Life is like that sometimes. We like to think we're free to choose but (we
might suppose) in reality life's like a box of rotten apples which offers
no real choice at all.
This has been the
conclusion of many. Choice is an illusion. When one gets down to brass tacks
everything we do is determined by what has gone before in an endless chain
of cause and effect. We are automatons sadly deluded into thinking that life
is indeterminate, that choice between options is free.
If this conclusion is correct it seems to follow that the concept of
accountability is meaningless. If you don't like what I'm now writing, I
can't help that because you have no choice in your likes and dislikes any
more than I can choose what I type into this program. If behaviour is
determined, whatever happens must be "right" and not "wrong".
The outcome of the debate has often centred around what appears to be
irrefutable logic. The supposition is that every statement is true until
shown to be untrue, when it must be false. This sounds ridiculously obvious
until one says that it must hold for statements about the future as well.
Thus if I predict that the cat will die tomorrow and it does so, my
statement is true. If the cat doesn't die then it's false. Either way the
outcome is determined by factors other than my choice of prediction.
This turn of logic is called tertium non datur in Latin. It says that
no "third-truth" besides true or false can be applied to any statement. If I
say, "The cat will die tomorrow," I'm either correct or incorrect and my
statement is therefore either true or false. Aristotle considered this
viewpoint with some apparent perplexity. He suggested that statements about
the future are neither true nor false until the predicted events have either
happened or not, as the case may be.
century philosopher Gilbert Ryle clarifies Aristotle's point somewhat. He
says that the true / false dichotomy applies only to propositions
(statements) and not to predictions, behaviours or actions. The proposition
that "I will take my weekly bath on Friday" may turn out to be correct or
incorrect. But it can't properly be termed true or false. Nor can the
event of bathing validly be called true or false. Events happen or don't
happen. The fact of happening isn't itself true or false.
All this apparent nit-picking has a point, as Thomas Hobbes revealed when he
tackled the matter in the 17th century. He wrote that freedom consists in
"... the absence of all impediments to action that are not contained in the
nature and intrinsical quality of the agent" .

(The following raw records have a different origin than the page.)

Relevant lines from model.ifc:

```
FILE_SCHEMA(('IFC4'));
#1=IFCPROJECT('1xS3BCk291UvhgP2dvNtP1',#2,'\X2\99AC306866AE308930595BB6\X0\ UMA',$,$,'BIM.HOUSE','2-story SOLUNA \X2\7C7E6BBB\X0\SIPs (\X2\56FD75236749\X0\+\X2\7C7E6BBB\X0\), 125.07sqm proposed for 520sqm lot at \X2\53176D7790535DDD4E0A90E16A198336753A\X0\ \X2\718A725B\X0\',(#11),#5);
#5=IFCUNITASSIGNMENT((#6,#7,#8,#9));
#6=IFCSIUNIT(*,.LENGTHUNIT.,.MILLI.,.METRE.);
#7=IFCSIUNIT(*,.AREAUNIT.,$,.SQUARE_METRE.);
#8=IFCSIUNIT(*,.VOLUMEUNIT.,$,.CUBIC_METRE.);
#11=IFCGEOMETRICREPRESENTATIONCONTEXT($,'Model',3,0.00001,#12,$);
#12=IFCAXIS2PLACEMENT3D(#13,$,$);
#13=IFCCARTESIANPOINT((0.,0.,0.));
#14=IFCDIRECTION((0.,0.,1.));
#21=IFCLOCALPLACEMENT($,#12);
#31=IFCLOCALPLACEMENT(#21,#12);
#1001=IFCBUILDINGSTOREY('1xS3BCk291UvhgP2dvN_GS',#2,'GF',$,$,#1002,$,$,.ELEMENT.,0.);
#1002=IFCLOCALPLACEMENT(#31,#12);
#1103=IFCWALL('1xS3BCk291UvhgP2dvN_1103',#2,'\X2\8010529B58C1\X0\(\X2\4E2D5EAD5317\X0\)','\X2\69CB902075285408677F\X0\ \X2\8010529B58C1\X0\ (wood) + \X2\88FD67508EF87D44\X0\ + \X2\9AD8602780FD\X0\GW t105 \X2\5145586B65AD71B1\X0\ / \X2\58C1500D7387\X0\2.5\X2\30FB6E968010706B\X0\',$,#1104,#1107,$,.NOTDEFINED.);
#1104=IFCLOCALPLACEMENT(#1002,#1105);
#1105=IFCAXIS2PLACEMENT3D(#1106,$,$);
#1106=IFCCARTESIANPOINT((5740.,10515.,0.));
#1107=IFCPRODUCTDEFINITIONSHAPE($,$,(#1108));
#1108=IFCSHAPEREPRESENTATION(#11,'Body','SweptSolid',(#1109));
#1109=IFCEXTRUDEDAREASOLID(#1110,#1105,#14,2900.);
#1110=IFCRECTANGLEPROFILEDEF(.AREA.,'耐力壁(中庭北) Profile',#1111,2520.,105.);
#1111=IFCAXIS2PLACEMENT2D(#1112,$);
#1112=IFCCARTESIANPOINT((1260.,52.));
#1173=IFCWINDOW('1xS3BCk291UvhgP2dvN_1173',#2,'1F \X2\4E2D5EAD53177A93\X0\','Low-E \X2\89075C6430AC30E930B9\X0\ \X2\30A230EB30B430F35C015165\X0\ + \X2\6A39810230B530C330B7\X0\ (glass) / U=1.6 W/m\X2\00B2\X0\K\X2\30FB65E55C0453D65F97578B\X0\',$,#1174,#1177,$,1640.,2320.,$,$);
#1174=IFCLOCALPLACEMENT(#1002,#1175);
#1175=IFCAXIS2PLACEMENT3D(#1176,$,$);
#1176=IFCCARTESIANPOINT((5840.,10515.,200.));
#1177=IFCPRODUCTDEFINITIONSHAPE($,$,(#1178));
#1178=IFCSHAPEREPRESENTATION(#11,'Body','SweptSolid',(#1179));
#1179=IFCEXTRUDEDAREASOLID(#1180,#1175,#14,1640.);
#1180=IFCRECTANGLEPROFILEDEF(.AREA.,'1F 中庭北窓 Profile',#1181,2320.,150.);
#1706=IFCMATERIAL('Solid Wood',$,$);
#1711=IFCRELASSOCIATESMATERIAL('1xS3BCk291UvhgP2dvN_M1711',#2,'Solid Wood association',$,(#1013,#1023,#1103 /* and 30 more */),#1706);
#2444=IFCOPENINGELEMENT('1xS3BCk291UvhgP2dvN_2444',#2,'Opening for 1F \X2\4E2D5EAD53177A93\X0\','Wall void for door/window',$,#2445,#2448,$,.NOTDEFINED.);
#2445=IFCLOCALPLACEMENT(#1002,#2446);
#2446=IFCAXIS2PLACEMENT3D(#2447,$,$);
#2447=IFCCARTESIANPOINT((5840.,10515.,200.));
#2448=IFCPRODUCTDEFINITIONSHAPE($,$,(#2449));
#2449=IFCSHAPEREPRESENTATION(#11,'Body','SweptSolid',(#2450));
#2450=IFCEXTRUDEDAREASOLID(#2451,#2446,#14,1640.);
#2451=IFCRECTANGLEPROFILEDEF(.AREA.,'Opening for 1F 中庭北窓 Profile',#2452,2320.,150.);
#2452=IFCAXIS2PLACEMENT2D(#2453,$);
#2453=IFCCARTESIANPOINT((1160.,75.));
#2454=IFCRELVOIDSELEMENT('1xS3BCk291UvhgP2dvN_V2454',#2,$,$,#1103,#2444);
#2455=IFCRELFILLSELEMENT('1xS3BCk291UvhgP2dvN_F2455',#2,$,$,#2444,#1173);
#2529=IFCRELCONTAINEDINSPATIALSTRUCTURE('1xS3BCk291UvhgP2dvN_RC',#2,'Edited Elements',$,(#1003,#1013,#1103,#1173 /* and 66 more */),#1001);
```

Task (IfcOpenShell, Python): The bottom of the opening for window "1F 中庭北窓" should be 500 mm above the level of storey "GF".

```python
import numpy as np
import ifcopenshell
import ifcopenshell.api.geometry
import ifcopenshell.geom
import ifcopenshell.util.element
import ifcopenshell.util.placement
import ifcopenshell.util.shape
import ifcopenshell.util.unit

model = ifcopenshell.open("model.ifc")
unit_scale = ifcopenshell.util.unit.calculate_unit_scale(model)

window = model.by_guid("1xS3BCk291UvhgP2dvN_1173")
opening = window.FillsVoids[0].RelatingOpeningElement
storey = ifcopenshell.util.element.get_container(window, ifc_class="IfcBuildingStorey")
level = ifcopenshell.util.placement.get_local_placement(storey.ObjectPlacement)[2, 3]

# The opening's origin need not be at the sill, so measure its lowest point.
shape = ifcopenshell.geom.create_shape(ifcopenshell.geom.settings(), opening)
bottom = ifcopenshell.util.shape.get_shape_bottom_elevation(shape, shape.geometry) / unit_scale
dz = level + 500.0 - bottom

shift = np.array([0.0, 0.0, dz])
# The window is not placed relative to its opening, so move both.
for product in (opening, window):
    matrix = ifcopenshell.util.placement.get_local_placement(product.ObjectPlacement)
    matrix[:3, 3] += shift
    ifcopenshell.api.geometry.edit_object_placement(model, product=product, matrix=matrix, is_si=False)

print(f"moved by {dz * unit_scale:+.3f} m")

model.write("model_updated.ifc")
```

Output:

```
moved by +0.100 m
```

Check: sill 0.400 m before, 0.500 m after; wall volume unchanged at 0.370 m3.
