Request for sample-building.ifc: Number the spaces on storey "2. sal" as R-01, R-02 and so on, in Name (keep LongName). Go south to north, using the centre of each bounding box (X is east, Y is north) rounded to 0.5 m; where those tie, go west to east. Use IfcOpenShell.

First a look at what the model holds.

```python
import ifcopenshell
import ifcopenshell.util.element
import ifcopenshell.util.placement

model = ifcopenshell.open("sample-building.ifc")
print(model.schema)
storey = next(s for s in model.by_type("IfcBuildingStorey") if s.Name == "2. sal")
spaces = [e for e in ifcopenshell.util.element.get_decomposition(storey) if e.is_a("IfcSpace")]
for e in sorted(spaces, key=lambda e: e.id()):
    origin = ifcopenshell.util.placement.get_local_placement(e.ObjectPlacement)[:3, 3]
    print(e.id(), e.Name, e.LongName, origin.round(2) + 0.0, sep=" | ")
```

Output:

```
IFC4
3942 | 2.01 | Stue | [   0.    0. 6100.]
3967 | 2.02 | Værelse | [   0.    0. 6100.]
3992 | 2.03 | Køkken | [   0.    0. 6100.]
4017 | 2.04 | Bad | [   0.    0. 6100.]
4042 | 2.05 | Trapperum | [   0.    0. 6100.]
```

```python
import ifcopenshell
import ifcopenshell.geom
import ifcopenshell.util.element
import ifcopenshell.util.shape

model = ifcopenshell.open("sample-building.ifc")
settings = ifcopenshell.geom.settings()
settings.set("use-world-coords", True)


def centre(element):
    shape = ifcopenshell.geom.create_shape(settings, element)
    return ifcopenshell.util.shape.get_bbox_centroid(shape.geometry)


storey = next(s for s in model.by_type("IfcBuildingStorey") if s.Name == "2. sal")
spaces = [e for e in ifcopenshell.util.element.get_decomposition(storey) if e.is_a("IfcSpace")]

# Insertion points can sit at a corner or the storey origin, so sort by the geometry (in metres).
centres = {e: centre(e) for e in spaces}
spaces.sort(key=lambda e: (round(centres[e][1] / 0.5), centres[e][0]))

for i, e in enumerate(spaces, start=1):
    number = f"R-{i:02d}"
    e.Name = number
    print(e.id(), number)

model.write("sample-building_v2.ifc")
```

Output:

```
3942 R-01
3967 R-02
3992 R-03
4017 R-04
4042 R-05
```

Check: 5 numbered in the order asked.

Put simply, his point is that freedom (non-determined behaviour) is possible
within limits. The analogy he used is that of a river. It is free to flow
anywhere, provided it always flows downwards. That is, a river isn't free to
flow upwards since gravity will not allow that.
Similarly, humans are free "according to their nature". Their will, says
Hobbes, is a proximate action which causes another action. But the will
itself is always, he argues, caused by either [a] a desire or [b] an
aversion. Which prevails depends on which is the stronger. So an act of will
is merely what Hobbes calls the "last appetite" under the power of which the
agent cannot refrain from acting.
If I stand on the
top of a high building I am restrained by knowing that if I jump, I die.

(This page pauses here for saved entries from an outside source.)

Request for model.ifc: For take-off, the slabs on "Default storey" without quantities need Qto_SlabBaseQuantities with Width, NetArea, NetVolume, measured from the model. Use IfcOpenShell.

First a look at what the model holds.

```python
import ifcopenshell
import ifcopenshell.util.element
import ifcopenshell.util.unit

model = ifcopenshell.open("model.ifc")
print(model.schema)
for unit_type in ("LENGTHUNIT", "AREAUNIT", "VOLUMEUNIT"):
    print(unit_type, ifcopenshell.util.unit.calculate_unit_scale(model, unit_type))
storey = next(s for s in model.by_type("IfcBuildingStorey") if s.Name == "Default storey")
slabs = [e for e in ifcopenshell.util.element.get_decomposition(storey) if e.is_a("IfcSlab")]
for e in sorted(slabs, key=lambda e: e.id()):
    print(e.id(), e.is_a(), e.Name, list(ifcopenshell.util.element.get_psets(e, qtos_only=True)), sep=" | ")
```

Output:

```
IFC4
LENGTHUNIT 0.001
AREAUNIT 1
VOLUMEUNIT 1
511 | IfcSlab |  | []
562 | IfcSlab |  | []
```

```python
import ifcopenshell
import ifcopenshell.api.pset
import ifcopenshell.geom
import ifcopenshell.util.element
import ifcopenshell.util.shape
import ifcopenshell.util.unit

model = ifcopenshell.open("model.ifc")
unit_scale = ifcopenshell.util.unit.calculate_unit_scale(model)
area_scale = ifcopenshell.util.unit.calculate_unit_scale(model, "AREAUNIT")
volume_scale = ifcopenshell.util.unit.calculate_unit_scale(model, "VOLUMEUNIT")
settings = ifcopenshell.geom.settings()

storey = next(s for s in model.by_type("IfcBuildingStorey") if s.Name == "Default storey")
slabs = [e for e in ifcopenshell.util.element.get_decomposition(storey) if e.is_a("IfcSlab")]

for e in sorted(slabs, key=lambda e: e.id()):
    if ifcopenshell.util.element.get_psets(e, qtos_only=True, should_inherit=False):
        continue
    # Geometry comes back in metres, in the element's own axes.
    shape = ifcopenshell.geom.create_shape(settings, e)
    values = {
        "Width": ifcopenshell.util.shape.get_z(shape.geometry) / unit_scale,
        "NetArea": ifcopenshell.util.shape.get_footprint_area(shape.geometry) / area_scale,
        "NetVolume": ifcopenshell.util.shape.get_volume(shape.geometry) / volume_scale,
    }
    qto = ifcopenshell.api.pset.add_qto(model, product=e, name="Qto_SlabBaseQuantities")
    ifcopenshell.api.pset.edit_qto(model, qto=qto, properties=values)
    print(e.id(), {k: round(v, 3) for k, v in values.items()})

model.write("model_rev.ifc")
```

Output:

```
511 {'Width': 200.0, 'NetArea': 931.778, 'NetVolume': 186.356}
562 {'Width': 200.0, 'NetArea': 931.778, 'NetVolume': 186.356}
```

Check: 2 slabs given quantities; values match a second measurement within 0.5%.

Without the certainty of death, there would be no restraint. But I am free
to jump if some inner desire proves stronger than my aversion to dying. What
I eventually do depends on the strength of the aversion (to death) in
relation to the strength of the desire (to cease living).

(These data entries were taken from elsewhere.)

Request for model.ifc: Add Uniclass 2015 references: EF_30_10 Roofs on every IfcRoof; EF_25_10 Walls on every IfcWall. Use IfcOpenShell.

First a look at what the model holds.

```python
import ifcopenshell

model = ifcopenshell.open("model.ifc")
print(model.schema)
print("classifications:", [c.Name for c in model.by_type("IfcClassification")])
for ifc_class in ("IfcDoor", "IfcRoof", "IfcStair", "IfcWall", "IfcWindow"):
    print(ifc_class, len(model.by_type(ifc_class)))
```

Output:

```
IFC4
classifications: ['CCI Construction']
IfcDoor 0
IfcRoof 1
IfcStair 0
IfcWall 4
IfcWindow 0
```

```python
import ifcopenshell
import ifcopenshell.api.classification

model = ifcopenshell.open("model.ifc")

system = ifcopenshell.api.classification.add_classification(model, classification="Uniclass 2015")

codes = {
    "IfcRoof": ("EF_30_10", "Roofs"),
    "IfcWall": ("EF_25_10", "Walls"),
}
for ifc_class, (code, name) in codes.items():
    products = model.by_type(ifc_class)
    ifcopenshell.api.classification.add_reference(
        model, products=products, classification=system, identification=code, name=name
    )
    print(code, len(products))

model.write("model_v2.ifc")
```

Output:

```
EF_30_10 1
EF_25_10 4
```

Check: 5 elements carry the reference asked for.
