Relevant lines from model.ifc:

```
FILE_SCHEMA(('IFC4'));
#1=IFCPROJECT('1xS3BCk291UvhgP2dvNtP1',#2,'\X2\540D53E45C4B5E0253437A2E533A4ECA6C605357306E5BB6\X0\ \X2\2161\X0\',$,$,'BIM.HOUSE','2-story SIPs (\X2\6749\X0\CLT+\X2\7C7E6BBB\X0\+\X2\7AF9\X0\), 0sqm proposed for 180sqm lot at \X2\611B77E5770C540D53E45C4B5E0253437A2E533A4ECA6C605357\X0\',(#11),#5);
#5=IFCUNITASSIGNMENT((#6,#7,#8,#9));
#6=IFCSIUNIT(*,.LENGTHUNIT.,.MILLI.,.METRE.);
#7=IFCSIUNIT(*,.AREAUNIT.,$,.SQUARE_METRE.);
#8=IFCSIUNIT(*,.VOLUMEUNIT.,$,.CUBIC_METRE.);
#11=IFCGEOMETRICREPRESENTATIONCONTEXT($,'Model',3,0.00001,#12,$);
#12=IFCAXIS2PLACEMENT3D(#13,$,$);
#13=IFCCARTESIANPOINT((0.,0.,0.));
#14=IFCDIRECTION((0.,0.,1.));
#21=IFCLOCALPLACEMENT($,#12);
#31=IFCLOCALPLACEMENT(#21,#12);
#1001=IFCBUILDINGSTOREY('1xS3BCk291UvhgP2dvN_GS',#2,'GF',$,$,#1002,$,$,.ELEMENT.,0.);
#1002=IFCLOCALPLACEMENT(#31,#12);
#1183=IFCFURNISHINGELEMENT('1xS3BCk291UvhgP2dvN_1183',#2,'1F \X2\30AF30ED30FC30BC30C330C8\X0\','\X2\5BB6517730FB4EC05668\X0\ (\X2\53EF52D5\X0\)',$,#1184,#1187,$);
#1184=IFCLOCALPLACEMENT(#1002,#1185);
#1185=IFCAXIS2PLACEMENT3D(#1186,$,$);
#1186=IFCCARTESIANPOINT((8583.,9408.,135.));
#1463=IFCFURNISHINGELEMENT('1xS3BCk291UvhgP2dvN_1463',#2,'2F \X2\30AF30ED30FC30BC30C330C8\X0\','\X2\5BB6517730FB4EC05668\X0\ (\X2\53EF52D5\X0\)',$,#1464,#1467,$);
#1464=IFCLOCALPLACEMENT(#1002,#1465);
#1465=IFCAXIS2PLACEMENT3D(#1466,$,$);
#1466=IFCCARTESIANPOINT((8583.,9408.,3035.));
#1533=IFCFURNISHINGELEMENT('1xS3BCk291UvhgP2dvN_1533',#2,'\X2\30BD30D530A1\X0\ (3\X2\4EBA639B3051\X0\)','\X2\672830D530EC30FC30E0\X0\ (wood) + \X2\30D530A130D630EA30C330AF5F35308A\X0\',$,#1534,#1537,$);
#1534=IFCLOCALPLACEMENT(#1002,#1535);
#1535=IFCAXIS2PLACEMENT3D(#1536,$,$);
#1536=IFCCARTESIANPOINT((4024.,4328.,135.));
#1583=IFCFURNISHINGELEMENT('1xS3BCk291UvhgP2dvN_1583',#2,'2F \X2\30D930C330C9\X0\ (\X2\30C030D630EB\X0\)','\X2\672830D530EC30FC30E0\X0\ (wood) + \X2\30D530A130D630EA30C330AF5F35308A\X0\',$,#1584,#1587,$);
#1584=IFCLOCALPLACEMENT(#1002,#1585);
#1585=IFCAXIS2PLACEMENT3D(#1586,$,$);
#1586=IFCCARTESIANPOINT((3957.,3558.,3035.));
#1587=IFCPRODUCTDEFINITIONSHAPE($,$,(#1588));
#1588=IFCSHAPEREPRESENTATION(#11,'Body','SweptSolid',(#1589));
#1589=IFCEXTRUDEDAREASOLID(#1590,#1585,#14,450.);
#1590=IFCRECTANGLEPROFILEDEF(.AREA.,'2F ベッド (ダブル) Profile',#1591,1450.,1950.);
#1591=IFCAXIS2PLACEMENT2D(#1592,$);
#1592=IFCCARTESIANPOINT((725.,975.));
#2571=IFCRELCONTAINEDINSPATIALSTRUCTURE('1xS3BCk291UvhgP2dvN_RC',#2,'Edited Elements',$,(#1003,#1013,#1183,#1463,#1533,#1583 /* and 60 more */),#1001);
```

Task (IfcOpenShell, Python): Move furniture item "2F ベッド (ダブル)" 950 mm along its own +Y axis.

```python
import ifcopenshell
import ifcopenshell.api.geometry
import ifcopenshell.util.placement

model = ifcopenshell.open("model.ifc")

item = model.by_guid("1xS3BCk291UvhgP2dvN_1583")
matrix = ifcopenshell.util.placement.get_local_placement(item.ObjectPlacement)
matrix[:3, 3] += matrix[:3, 1] * 950.0
ifcopenshell.api.geometry.edit_object_placement(model, product=item, matrix=matrix, is_si=False)

print(ifcopenshell.util.placement.get_local_placement(item.ObjectPlacement).round(3) + 0.0)

model.write("model_rev.ifc")
```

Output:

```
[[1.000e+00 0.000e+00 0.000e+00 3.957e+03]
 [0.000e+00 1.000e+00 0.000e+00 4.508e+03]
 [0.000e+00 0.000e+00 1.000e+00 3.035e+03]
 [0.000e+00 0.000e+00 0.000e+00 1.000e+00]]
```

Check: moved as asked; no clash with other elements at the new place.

This seems to be the outcome, with variations, of most contemporary attempts
to think logically through the issue of freedom of choice. The future is
perceived as a "realm of possibilities", to quote Richard Taylor
. Put another way, it seems to me that determinism has a hard time
of it when people concede the concept of risk. In a determined future, risk
is a redundant idea. If we attempt to calculate risk, on the other hand, we
by definition take it that there is more than one possible outcome of any
choice - within limits, as Hobbes asserted. Certain outcomes eliminate risk.
If I jump I will die. I cannot choose to jump and not to die (all factors
besides gravity being equal, of course).
It turns out, therefore, that
determinism doesn't survive a rigorous analysis of language and its logic.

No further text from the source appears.